Ela, ainda olhando o copo, calada, pensava sobre como o silêncio era bem vindo nessas situações desconfortáveis em que não se tem o que dizer. Ou naquelas em que o que se tem a dizer não é exatamente agradável. Preferia ficar calada.
- Que ele não fale nada! - pensava ela.
- Será que devo dizer o que sinto? - ruminava ele.
- Se ele disser algo, respondo secamente e ele se cala.
- Se eu falar como me sinto, talvez ela se abra para dizer como se sente...
- E se não se calar, eu fecho a cara.
- Mas porque será que ela não disse nada até agora?
- Pensando bem... Talvez se eu dissesse que não tenho mais interesse em me encontrar com ele vez ou outra... Bem, talvez ele parasse de me ligar e insistir para que saiamos.
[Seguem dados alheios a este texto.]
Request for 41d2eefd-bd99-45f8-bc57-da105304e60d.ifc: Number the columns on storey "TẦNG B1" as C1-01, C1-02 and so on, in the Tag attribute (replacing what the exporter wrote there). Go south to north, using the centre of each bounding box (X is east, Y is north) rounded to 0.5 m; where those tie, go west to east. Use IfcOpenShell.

First a look at what the model holds.

```python
import ifcopenshell
import ifcopenshell.util.element
import ifcopenshell.util.placement

model = ifcopenshell.open("41d2eefd-bd99-45f8-bc57-da105304e60d.ifc")
print(model.schema)
storey = next(s for s in model.by_type("IfcBuildingStorey") if s.Name == "TẦNG B1")
columns = [e for e in ifcopenshell.util.element.get_decomposition(storey) if e.is_a("IfcColumn")]
for e in sorted(columns, key=lambda e: e.id()):
    origin = ifcopenshell.util.placement.get_local_placement(e.ObjectPlacement)[:3, 3]
    print(e.id(), e.Tag, e.Name, origin.round(2) + 0.0, sep=" | ")
```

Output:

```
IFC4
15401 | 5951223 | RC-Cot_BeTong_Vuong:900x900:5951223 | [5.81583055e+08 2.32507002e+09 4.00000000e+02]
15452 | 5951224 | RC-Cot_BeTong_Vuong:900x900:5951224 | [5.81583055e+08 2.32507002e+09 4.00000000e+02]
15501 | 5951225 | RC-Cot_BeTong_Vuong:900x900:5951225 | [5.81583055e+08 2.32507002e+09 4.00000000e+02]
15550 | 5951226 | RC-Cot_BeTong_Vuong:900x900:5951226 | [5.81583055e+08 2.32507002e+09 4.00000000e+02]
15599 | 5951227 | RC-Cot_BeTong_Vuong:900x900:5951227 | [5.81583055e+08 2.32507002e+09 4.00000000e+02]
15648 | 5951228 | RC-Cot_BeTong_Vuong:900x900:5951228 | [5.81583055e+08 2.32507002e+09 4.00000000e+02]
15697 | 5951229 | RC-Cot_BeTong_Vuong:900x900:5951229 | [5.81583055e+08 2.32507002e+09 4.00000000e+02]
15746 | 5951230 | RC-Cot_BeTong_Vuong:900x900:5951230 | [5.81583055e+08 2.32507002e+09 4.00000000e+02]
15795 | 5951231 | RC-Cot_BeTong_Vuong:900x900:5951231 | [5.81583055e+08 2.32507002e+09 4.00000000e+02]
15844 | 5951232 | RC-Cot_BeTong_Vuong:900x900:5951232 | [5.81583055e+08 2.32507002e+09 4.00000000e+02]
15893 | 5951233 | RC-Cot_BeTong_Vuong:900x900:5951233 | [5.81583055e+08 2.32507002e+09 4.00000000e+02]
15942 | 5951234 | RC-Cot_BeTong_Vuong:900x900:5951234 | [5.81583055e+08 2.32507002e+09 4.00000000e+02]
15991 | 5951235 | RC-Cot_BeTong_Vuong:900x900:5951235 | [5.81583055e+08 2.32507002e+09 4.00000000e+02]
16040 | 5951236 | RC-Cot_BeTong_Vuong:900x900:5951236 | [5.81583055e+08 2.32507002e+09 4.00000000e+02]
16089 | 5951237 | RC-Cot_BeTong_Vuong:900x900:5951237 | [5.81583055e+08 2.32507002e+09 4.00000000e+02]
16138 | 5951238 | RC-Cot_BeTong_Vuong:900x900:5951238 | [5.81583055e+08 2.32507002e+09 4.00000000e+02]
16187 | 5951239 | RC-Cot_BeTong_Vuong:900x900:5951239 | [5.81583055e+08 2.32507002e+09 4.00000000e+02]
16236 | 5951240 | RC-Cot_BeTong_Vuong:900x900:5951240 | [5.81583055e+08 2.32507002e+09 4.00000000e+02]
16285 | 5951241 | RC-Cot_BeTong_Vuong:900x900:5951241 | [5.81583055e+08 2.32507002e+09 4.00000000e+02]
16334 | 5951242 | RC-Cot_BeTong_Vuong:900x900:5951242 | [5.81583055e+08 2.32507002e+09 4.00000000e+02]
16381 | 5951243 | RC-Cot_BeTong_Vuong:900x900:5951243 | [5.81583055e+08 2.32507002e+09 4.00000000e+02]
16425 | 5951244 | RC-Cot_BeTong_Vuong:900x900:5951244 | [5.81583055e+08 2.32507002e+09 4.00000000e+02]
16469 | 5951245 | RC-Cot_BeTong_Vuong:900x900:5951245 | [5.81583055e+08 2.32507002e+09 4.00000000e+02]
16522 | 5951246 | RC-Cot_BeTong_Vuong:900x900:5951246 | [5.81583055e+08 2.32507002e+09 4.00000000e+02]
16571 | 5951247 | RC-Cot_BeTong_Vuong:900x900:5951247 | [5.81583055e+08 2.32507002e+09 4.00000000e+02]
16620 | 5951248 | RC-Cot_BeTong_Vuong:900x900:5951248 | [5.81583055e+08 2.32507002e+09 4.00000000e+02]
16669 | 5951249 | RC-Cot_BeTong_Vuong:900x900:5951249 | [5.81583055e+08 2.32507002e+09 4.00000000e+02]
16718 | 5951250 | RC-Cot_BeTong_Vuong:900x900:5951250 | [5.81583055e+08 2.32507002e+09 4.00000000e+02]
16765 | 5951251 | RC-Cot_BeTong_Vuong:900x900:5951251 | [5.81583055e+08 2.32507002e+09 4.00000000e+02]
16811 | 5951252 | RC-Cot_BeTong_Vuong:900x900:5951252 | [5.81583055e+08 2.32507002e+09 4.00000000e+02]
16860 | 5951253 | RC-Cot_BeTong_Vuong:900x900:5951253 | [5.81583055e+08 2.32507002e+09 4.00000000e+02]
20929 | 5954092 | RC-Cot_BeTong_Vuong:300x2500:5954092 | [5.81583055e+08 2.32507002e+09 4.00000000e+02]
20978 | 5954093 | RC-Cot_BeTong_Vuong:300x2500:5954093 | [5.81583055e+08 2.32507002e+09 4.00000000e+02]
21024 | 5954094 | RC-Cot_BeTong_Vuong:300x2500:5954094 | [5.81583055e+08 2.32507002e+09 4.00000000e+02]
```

```python
import ifcopenshell
import ifcopenshell.geom
import ifcopenshell.util.element
import ifcopenshell.util.shape

model = ifcopenshell.open("41d2eefd-bd99-45f8-bc57-da105304e60d.ifc")
settings = ifcopenshell.geom.settings()
settings.set("use-world-coords", True)


def centre(element):
    shape = ifcopenshell.geom.create_shape(settings, element)
    return ifcopenshell.util.shape.get_bbox_centroid(shape.geometry)


storey = next(s for s in model.by_type("IfcBuildingStorey") if s.Name == "TẦNG B1")
columns = [e for e in ifcopenshell.util.element.get_decomposition(storey) if e.is_a("IfcColumn")]

# Insertion points can sit at a corner or the storey origin, so sort by the geometry (in metres).
centres = {e: centre(e) for e in columns}
columns.sort(key=lambda e: (round(centres[e][1] / 0.5), centres[e][0]))

for i, e in enumerate(columns, start=1):
    number = f"C1-{i:02d}"
    e.Tag = number
    print(e.id(), number)

model.write("41d2eefd-bd99-45f8-bc57-da105304e60d_updated.ifc")
```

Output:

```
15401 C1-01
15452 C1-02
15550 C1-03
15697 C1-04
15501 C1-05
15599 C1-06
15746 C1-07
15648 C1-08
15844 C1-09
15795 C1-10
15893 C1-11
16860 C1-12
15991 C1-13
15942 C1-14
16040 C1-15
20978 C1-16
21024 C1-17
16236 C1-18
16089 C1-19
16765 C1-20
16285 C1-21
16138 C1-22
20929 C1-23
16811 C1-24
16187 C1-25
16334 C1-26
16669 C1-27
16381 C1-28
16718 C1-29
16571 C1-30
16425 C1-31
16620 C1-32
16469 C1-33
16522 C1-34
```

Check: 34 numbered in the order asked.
- Será que ela não gosta mais de minha companhia? Mas é que... Bem...
- Nem é que não goste mais da companhia dele. Sim, da companhia gosto. Mas não quero ter a obrigação do sexo vagabundo que fazemos depois do bar.
- É que... É sempre tão bom quando saímos. Nunca encontrei alguém com que me desse tão bem! Somos tão parecidos... No entanto, eu desejo falar e ela, bem, ela permanece em seu silêncio.
- Acho que é melhor dizer logo.
- Se for para dizer que não quer mais nada... Melhor manter-se como um corpo insepulto a minha frente.
E assim, a noite se findou. O sexo vagabundo se consumou. E cada um foi para sua casa, mais uma vez.